Как Тони, она говорила о пустяках, но все это время, даже чувствуя ее доброту и заботу, на сердце у меня было тяжело, потому что ради нее и ради Карин я не мог рассказать ей о том, что знал. Один ужасную сыграть я должен сцену, и я сгорал от нетерпения сделать первый шаг и выяснить, что именно мне предстоит.

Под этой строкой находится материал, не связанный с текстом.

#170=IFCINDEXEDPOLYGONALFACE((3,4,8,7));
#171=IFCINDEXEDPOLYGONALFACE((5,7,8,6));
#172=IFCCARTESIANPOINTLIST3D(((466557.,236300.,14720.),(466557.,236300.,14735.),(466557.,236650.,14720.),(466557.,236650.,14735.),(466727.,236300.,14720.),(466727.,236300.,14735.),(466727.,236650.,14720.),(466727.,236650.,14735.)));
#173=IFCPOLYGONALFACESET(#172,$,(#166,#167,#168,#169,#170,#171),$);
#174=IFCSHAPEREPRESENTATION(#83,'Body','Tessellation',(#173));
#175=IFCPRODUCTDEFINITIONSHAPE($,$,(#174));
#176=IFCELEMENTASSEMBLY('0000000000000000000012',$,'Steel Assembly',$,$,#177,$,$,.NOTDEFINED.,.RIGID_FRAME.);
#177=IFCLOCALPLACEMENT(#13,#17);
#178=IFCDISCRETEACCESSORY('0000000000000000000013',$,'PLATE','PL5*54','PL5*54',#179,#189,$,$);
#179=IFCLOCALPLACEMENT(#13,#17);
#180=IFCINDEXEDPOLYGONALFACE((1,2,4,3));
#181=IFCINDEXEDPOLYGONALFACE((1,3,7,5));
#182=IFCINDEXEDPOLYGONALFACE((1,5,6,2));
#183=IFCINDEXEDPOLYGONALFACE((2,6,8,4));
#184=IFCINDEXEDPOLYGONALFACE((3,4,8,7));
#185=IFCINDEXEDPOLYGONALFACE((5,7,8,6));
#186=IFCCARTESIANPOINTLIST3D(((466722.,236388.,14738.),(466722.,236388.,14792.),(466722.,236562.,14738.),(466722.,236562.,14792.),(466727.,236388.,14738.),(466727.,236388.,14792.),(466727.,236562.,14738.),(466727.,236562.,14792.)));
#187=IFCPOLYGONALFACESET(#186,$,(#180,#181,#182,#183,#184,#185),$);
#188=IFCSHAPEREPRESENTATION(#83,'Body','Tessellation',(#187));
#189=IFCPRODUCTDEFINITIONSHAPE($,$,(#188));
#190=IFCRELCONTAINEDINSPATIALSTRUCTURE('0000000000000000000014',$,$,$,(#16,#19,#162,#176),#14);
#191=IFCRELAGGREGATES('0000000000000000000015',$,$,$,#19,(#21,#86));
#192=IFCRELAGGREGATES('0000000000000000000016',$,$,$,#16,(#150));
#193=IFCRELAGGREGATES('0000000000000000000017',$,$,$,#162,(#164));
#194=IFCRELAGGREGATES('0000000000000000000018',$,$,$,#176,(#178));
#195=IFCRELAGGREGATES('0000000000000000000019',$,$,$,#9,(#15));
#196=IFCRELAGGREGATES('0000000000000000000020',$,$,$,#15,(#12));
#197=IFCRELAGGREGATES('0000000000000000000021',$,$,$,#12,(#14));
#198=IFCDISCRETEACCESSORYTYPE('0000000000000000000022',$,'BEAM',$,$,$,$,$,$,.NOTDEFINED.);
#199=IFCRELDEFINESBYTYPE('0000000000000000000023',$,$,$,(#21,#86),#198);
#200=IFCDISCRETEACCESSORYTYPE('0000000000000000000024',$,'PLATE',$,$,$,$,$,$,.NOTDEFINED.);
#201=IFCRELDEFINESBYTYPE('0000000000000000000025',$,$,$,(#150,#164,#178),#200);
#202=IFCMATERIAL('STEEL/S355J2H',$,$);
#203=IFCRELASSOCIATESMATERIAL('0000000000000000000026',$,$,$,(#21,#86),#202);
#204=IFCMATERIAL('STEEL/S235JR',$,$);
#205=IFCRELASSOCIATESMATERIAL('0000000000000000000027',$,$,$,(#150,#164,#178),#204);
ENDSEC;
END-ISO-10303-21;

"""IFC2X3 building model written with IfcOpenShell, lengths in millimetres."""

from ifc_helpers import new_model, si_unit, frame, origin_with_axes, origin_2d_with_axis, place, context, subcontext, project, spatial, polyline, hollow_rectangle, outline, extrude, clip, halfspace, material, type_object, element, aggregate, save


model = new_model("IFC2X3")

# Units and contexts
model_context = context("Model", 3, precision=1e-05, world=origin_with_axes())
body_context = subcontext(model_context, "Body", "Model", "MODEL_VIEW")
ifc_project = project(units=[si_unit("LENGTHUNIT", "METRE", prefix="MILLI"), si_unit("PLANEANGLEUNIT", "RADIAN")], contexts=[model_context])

Поэтому я как можно спокойнее произнес:
– Маменька, сегодня утром ко мне приходил доктор Фрейзер, хотел поговорить о Карин. Тогда я был слишком расстроен, но теперь мне лучше. Можно его пригласить?
Она ответила, что доктор Фрейзер заходил дважды и, не желая меня будить, пообещал заглянуть утром.
– А он тебе не говорил, что… ну, что случилось… в смысле, ночью?
– Нет, милый, – со слезами на глазах ответила она. – Мы решили, что ты первым должен обо всем узнать. – Она не выдержала и разрыдалась, не только из сочувствия, но и от горя. – Ах, Алан, такая трагедия! Бедная Карин! Молодая, очаровательная женщина, добрейшая душа! Как это ужасно!
Наутро мы с доктором Фрейзером остались наедине. Я больше не изнывал от боли, и мне было легче сохранять спокойствие. Он присел на кровать и взглянул на меня из-под кустистых бровей:
– Мистер Десленд, вы уверены, что готовы меня выслушать? Мне не хотелось бы вас лишний раз волновать, а мой рассказ будет не из приятных. Может быть, с этим лучше повременить?
– Нет-нет, я готов, – запротестовал я.
– Что ж, нам, врачам, часто приходится говорить пациентам неприятные вещи, но извещать о смерти молодой красивой женщины… Тут волей-неволей пожалеешь, что стал доктором. Поверьте мне, мистер Десленд, я вам искренне соболезную. – Он помолчал, подыскивая слова, а потом, глядя мне в глаза, спросил: – Простите, а вы знали, что ваша жена беременна?
Я растерялся, не ожидая такого вопроса, а потом все-таки ответил:
– Да, мы подозревали, но…
– Срок беременности был шесть или семь недель. Значит, она не делала тест и не проходила осмотр у врача?